__WHAT YOU SHOULD DO__
Filter these entries down to lines holding "wale".
◆ ◆ ◆
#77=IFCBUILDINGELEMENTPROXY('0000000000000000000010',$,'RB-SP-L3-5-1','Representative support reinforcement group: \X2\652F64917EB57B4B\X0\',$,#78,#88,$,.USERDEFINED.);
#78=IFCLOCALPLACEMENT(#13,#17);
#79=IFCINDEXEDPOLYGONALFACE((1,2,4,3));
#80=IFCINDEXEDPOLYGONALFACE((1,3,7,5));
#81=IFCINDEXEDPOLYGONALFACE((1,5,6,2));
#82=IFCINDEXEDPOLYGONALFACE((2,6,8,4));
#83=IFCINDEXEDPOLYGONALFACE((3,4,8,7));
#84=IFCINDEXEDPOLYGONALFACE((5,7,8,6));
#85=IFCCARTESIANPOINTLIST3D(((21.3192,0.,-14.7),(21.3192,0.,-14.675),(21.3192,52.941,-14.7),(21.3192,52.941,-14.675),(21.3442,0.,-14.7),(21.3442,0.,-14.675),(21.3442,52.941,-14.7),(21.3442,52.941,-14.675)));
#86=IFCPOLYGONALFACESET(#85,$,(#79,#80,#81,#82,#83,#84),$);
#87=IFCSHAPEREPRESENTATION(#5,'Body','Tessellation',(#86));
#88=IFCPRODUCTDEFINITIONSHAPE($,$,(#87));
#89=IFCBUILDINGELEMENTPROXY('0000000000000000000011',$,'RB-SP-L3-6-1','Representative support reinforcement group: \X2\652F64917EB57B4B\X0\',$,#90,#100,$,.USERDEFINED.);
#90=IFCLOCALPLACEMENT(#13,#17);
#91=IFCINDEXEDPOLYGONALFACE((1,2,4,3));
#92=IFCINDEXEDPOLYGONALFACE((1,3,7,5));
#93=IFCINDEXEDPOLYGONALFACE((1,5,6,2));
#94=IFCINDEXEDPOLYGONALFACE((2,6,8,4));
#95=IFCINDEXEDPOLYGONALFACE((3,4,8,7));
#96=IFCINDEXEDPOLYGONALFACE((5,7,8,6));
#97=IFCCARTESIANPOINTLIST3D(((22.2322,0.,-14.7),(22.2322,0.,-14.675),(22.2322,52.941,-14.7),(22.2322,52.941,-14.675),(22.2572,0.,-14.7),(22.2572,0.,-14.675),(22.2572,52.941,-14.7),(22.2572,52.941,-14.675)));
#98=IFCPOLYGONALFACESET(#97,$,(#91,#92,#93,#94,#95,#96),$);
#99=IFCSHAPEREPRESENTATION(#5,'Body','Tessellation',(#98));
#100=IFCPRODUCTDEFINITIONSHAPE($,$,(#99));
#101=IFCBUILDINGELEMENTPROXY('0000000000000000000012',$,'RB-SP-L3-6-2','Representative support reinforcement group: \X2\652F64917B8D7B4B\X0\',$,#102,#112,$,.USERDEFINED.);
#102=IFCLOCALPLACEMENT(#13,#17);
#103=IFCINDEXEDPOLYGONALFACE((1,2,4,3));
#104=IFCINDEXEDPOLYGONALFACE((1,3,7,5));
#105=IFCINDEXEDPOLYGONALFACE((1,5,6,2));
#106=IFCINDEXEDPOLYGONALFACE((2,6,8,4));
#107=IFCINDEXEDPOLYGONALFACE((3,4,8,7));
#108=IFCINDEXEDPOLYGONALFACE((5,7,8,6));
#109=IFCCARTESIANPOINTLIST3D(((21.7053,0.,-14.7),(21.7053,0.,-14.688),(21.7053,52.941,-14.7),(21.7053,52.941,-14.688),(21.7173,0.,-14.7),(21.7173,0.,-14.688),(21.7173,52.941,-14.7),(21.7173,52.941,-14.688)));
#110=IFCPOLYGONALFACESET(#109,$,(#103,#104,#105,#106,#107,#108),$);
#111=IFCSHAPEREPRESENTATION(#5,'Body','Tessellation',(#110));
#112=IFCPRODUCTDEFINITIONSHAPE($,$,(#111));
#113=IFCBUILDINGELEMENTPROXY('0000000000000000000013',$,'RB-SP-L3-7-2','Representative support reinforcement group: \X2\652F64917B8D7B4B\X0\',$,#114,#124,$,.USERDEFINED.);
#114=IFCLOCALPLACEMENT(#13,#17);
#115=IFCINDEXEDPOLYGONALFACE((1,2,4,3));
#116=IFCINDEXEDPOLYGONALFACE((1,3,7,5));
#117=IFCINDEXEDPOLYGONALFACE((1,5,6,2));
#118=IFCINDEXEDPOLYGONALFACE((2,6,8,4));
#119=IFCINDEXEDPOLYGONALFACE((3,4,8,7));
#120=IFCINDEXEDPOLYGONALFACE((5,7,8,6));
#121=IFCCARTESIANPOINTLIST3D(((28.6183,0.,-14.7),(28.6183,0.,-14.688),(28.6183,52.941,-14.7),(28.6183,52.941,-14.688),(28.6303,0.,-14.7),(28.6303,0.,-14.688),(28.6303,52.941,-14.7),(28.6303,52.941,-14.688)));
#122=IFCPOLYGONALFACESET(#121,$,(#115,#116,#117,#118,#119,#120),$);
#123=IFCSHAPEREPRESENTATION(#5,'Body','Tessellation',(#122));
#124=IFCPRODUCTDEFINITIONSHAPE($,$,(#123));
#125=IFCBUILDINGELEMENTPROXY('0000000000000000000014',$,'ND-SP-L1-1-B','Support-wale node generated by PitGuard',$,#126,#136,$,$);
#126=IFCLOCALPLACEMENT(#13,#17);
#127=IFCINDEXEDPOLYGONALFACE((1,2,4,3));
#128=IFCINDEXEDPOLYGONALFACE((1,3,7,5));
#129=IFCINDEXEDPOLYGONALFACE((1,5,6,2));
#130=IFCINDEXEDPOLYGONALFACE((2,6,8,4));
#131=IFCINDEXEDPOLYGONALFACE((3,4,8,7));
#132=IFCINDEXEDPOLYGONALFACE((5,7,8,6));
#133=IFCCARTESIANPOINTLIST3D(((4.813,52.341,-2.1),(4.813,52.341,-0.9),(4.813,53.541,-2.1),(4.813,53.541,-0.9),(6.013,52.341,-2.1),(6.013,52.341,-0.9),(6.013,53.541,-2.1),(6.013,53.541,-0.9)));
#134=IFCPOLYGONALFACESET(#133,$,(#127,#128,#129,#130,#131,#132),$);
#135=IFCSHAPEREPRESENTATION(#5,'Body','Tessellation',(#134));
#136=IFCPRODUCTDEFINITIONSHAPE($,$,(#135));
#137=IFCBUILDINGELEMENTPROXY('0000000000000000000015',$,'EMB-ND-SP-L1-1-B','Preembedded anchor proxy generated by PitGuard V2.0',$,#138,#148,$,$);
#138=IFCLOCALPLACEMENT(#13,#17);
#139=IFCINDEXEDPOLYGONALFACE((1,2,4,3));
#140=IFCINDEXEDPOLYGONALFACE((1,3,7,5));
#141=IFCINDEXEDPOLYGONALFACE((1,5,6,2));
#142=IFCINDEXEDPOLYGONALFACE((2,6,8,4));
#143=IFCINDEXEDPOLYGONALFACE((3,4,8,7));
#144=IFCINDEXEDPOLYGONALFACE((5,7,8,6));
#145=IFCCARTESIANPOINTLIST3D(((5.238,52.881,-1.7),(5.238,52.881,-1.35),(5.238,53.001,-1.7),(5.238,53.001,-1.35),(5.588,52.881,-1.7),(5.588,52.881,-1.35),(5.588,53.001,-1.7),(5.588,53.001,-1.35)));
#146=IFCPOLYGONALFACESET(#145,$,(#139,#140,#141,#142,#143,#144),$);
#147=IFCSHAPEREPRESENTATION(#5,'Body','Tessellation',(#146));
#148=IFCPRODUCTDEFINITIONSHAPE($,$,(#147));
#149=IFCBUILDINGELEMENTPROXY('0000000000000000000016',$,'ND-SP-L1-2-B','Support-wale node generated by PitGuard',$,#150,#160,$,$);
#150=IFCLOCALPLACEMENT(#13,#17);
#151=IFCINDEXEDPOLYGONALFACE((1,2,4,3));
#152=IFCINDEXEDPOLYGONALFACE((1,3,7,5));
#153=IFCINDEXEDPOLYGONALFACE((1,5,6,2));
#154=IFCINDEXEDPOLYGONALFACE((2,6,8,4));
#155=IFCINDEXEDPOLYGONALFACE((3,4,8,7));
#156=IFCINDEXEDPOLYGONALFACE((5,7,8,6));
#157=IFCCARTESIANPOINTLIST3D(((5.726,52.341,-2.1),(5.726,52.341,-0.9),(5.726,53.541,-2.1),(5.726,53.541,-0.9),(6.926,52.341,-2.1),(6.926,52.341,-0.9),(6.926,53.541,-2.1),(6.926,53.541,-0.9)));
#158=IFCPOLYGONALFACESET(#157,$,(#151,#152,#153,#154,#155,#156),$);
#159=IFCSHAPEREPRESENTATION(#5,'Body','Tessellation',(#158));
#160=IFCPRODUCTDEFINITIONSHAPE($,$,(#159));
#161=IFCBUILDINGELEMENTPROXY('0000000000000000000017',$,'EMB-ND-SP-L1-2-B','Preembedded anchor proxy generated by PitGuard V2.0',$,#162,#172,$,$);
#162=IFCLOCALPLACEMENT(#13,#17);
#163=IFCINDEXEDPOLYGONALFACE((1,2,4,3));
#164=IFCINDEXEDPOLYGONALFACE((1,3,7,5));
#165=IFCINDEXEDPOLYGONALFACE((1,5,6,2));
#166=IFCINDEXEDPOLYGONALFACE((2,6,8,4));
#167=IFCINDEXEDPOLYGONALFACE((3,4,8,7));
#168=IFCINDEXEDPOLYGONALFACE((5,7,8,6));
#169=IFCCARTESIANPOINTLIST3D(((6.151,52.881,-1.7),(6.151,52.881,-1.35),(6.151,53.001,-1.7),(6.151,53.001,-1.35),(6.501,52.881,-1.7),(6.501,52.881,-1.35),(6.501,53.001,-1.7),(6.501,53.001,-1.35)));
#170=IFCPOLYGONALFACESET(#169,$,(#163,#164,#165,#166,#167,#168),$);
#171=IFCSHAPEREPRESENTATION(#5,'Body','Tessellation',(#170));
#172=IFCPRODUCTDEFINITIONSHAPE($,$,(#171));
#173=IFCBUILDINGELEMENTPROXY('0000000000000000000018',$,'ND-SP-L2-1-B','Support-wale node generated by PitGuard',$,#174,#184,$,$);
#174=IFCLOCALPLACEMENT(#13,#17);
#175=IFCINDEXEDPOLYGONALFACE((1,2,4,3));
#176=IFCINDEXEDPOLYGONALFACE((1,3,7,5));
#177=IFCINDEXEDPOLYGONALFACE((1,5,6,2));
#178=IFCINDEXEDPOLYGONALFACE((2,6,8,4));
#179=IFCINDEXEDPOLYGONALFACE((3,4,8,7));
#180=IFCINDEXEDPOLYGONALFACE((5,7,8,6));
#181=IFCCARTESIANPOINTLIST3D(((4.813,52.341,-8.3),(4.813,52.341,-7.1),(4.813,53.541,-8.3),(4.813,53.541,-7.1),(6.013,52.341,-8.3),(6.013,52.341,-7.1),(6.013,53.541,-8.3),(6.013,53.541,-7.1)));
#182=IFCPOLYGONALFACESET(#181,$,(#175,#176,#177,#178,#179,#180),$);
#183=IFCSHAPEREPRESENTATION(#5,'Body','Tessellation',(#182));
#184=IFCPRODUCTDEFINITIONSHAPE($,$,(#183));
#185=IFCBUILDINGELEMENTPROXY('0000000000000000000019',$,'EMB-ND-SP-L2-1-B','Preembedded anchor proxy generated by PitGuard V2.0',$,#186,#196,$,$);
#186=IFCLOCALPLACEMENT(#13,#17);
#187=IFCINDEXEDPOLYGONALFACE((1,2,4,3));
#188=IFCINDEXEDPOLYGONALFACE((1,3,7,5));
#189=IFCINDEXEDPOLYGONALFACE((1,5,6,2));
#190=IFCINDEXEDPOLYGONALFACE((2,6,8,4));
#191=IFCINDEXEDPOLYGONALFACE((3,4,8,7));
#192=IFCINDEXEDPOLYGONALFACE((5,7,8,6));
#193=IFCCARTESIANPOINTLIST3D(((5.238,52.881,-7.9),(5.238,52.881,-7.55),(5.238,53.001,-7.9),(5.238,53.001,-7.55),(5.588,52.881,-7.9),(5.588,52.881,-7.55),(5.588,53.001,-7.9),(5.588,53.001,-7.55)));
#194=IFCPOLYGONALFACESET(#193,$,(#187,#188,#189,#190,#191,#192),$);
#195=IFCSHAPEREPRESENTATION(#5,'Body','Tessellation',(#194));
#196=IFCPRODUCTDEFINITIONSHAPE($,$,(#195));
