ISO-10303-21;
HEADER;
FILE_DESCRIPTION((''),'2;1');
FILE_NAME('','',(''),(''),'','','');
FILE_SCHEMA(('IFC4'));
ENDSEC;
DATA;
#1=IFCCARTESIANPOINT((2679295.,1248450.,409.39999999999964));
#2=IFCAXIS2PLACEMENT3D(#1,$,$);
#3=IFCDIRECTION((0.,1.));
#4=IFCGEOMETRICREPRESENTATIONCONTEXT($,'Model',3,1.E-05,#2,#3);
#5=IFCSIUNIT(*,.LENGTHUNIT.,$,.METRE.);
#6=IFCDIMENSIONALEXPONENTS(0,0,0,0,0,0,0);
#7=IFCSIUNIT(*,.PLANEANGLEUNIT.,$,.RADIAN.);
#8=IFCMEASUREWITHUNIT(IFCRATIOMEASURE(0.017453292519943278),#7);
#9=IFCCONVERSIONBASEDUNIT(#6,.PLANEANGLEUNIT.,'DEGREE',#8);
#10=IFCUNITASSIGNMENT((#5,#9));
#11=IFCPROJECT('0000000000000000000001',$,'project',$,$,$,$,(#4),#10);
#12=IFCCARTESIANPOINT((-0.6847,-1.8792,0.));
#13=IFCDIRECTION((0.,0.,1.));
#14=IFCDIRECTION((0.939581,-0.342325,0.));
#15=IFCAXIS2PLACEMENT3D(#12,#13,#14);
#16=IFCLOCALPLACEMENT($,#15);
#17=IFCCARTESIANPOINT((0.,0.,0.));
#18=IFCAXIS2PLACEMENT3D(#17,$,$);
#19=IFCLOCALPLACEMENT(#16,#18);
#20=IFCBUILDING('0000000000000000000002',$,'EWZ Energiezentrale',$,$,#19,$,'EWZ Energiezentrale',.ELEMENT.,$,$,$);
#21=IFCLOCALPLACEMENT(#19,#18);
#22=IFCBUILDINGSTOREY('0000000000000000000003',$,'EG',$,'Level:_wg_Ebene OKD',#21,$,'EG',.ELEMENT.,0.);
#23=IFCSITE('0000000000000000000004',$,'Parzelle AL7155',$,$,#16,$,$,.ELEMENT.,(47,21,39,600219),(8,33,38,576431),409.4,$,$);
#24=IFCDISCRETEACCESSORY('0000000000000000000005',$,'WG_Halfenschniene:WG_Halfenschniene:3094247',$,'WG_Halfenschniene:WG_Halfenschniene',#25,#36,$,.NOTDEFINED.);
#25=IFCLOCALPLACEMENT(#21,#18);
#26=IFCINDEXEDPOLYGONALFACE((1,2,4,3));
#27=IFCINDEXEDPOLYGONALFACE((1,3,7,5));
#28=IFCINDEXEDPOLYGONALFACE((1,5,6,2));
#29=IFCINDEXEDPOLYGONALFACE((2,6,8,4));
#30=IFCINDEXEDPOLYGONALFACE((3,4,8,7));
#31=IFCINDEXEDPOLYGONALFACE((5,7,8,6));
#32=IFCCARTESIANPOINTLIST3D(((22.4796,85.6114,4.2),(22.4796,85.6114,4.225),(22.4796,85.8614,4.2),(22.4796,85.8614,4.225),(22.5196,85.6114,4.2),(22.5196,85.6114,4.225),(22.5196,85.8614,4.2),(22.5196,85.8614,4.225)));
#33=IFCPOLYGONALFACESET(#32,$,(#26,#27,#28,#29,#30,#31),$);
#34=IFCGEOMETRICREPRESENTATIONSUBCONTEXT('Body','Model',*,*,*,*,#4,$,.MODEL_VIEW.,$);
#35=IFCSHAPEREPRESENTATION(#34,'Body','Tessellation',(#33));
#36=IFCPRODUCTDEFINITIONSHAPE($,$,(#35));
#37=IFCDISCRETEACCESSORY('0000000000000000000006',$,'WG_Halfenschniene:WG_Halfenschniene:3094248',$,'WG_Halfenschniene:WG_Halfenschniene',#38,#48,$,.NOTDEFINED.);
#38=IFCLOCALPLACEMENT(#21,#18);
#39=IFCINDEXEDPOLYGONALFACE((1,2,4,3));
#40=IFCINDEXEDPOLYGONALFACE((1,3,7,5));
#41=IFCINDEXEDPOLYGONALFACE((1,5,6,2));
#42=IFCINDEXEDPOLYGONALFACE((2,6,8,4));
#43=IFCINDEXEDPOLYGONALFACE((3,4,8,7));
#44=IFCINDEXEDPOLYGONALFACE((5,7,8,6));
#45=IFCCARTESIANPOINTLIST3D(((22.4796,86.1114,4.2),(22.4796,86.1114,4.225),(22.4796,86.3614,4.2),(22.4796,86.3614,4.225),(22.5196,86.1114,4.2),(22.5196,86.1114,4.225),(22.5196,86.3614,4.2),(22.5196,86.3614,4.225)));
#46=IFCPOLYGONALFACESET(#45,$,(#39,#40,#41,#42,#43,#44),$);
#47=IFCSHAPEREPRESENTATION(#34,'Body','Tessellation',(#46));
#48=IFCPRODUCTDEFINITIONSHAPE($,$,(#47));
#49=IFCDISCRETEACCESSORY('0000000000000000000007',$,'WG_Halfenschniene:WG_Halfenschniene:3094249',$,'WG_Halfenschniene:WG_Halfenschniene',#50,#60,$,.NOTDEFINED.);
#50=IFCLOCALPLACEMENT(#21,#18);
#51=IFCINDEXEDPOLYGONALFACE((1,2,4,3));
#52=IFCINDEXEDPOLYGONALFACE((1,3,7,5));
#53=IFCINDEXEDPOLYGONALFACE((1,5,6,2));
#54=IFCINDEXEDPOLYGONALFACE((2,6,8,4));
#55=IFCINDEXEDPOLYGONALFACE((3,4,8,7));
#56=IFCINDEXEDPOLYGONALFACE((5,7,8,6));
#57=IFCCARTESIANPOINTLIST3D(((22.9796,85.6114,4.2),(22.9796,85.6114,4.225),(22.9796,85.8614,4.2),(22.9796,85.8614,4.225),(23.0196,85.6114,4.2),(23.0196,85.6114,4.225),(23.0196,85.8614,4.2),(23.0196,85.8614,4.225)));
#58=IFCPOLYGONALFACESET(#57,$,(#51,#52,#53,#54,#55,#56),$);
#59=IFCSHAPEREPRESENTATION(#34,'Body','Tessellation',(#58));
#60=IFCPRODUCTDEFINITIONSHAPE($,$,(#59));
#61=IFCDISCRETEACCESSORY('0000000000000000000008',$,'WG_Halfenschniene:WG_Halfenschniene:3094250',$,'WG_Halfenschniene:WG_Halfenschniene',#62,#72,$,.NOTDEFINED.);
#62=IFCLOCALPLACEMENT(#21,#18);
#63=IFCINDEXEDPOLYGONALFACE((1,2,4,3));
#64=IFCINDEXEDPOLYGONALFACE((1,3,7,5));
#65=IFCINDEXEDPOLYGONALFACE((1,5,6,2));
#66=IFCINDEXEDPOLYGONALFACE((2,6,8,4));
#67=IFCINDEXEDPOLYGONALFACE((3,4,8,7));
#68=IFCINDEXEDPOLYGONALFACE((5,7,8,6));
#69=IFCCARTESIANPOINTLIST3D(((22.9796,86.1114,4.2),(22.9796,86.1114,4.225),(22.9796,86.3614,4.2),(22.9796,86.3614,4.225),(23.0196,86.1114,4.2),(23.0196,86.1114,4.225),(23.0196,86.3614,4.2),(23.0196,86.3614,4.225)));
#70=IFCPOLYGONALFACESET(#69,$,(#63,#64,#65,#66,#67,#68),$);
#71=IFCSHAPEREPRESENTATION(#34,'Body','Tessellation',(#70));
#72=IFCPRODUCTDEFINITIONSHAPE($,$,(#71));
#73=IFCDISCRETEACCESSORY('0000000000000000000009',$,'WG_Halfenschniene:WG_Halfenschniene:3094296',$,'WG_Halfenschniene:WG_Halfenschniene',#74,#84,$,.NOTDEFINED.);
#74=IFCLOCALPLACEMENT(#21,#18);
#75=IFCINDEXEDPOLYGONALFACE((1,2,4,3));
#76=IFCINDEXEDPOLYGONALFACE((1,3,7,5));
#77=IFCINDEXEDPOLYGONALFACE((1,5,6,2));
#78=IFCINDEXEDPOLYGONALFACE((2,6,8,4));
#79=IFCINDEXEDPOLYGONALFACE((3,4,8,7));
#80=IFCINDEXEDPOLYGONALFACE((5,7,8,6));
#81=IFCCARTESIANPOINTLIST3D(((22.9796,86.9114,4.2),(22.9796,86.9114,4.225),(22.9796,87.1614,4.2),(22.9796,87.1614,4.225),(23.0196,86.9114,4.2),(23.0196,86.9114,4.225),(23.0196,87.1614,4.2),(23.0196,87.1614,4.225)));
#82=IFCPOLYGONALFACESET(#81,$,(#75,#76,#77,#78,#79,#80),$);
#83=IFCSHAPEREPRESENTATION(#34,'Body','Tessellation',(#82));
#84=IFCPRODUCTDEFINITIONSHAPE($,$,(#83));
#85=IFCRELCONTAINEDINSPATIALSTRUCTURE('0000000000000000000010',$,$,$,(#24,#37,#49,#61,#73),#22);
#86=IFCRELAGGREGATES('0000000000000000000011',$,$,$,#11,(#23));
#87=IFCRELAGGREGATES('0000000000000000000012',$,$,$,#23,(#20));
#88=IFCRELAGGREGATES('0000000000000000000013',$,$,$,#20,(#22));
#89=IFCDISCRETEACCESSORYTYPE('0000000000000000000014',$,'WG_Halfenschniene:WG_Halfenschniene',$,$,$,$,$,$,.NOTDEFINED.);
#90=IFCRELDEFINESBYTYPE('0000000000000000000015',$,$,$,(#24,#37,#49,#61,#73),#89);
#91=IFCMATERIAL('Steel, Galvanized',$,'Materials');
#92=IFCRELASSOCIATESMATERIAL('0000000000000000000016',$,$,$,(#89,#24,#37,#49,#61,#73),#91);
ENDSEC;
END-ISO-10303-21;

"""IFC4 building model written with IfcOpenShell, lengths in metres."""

from ifc_helpers import new_model, entity, si_unit, converted_unit, direction, frame, origin, place, context, subcontext, project, spatial, indexed_curve, outline, extrude, source, transform, mapped, material, type_object, element, save


model = new_model("IFC4")

# Units and contexts
model_context = context("Model", 3, precision=1e-05, world=frame((2679295.0, 1248450.0, 409.39999999999964)), true_north=direction((0.0, 1.0)))
body_context = subcontext(model_context, "Body", "Model", "MODEL_VIEW")
ifc_project = project(units=[si_unit("LENGTHUNIT", "METRE"), converted_unit("PLANEANGLEUNIT", "DEGREE", entity("IfcRatioMeasure", 0.017453292519943278), si_unit("PLANEANGLEUNIT", "RADIAN"), dimensions=[0, 0, 0, 0, 0, 0, 0])], contexts=[model_context])

# Site, building, storey
site_placement = place(None, frame((-0.6847, -1.8792, 0.0), z_axis=(0.0, 0.0, 1.0), x_axis=(0.939581, -0.342325, 0.0)))
site = spatial("IfcSite", under=ifc_project, at=site_placement, Name="Parzelle AL7155", CompositionType="ELEMENT", RefLatitude=(47, 21, 39, 600219), RefLongitude=(8, 33, 38, 576431), RefElevation=409.4)
building_placement = place(site_placement, origin())
building = spatial("IfcBuilding", under=site, at=building_placement, Name="EWZ Energiezentrale", LongName="EWZ Energiezentrale", CompositionType="ELEMENT")
storey_placement = place(building_placement, origin())
storey = spatial("IfcBuildingStorey", under=building, at=storey_placement, Name="EG", ObjectType="Level:_wg_Ebene OKD", LongName="EG", CompositionType="ELEMENT", Elevation=0.0)

# Discrete accessories
ifc_material_1 = material(Name="Steel, Galvanized", Category="Materials")
discrete_accessory_type = type_object("IfcDiscreteAccessoryType", Name="WG_Halfenschniene:WG_Halfenschniene", PredefinedType="NOTDEFINED", material=ifc_material_1)
shared_shape_1 = source(origin(), body_context, "Body", "SweptSolid", [
    extrude(outline(indexed_curve([(-0.125, -0.02), (0.125, -0.02), (0.125, 0.02), (-0.125, 0.02), (-0.125, -0.02)], self_intersect=False)), frame((0.125, 0.0, -0.0125)), (0.0, 0.0, 1.0), 0.025),
])
for number, where, z_axis, x_axis, name in (
    (1, (22.4996, 85.6114, 4.2125), (0.0, 0.0, -1.0), (0.0, 1.0, 0.0), "WG_Halfenschniene:WG_Halfenschniene:3094247"),
    (2, (22.4996, 86.1114, 4.2125), (0.0, 0.0, -1.0), (0.0, 1.0, 0.0), "WG_Halfenschniene:WG_Halfenschniene:3094248"),
    (3, (22.9996, 85.6114, 4.2125), (0.0, 0.0, -1.0), (0.0, 1.0, 0.0), "WG_Halfenschniene:WG_Halfenschniene:3094249"),
    (4, (22.9996, 86.1114, 4.2125), (0.0, 0.0, -1.0), (0.0, 1.0, 0.0), "WG_Halfenschniene:WG_Halfenschniene:3094250"),
    (5, (22.9996, 86.9114, 4.2125), (0.0, 0.0, -1.0), (0.0, 1.0, 0.0), "WG_Halfenschniene:WG_Halfenschniene:3094296"),
):
    element("IfcDiscreteAccessory", number, at=place(storey_placement, frame(where, z_axis=z_axis, x_axis=x_axis)), inside=storey, type_object=discrete_accessory_type, material=ifc_material_1, Name=name, ObjectType="WG_Halfenschniene:WG_Halfenschniene", PredefinedType="NOTDEFINED", context=body_context, shape_type="MappedRepresentation", body=[
        mapped(shared_shape_1, transform((0.0, 0.0, 0.0), scale=1.0)),
    ])

save(model, "model.ifc")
◆ ◆ ◆
__EXERCISE ANSWER__
#125=IFCBUILDINGELEMENTPROXY('0000000000000000000014',$,'ND-SP-L1-1-B','Support-wale node generated by PitGuard',$,#126,#136,$,$);
#149=IFCBUILDINGELEMENTPROXY('0000000000000000000016',$,'ND-SP-L1-2-B','Support-wale node generated by PitGuard',$,#150,#160,$,$);
#173=IFCBUILDINGELEMENTPROXY('0000000000000000000018',$,'ND-SP-L2-1-B','Support-wale node generated by PitGuard',$,#174,#184,$,$);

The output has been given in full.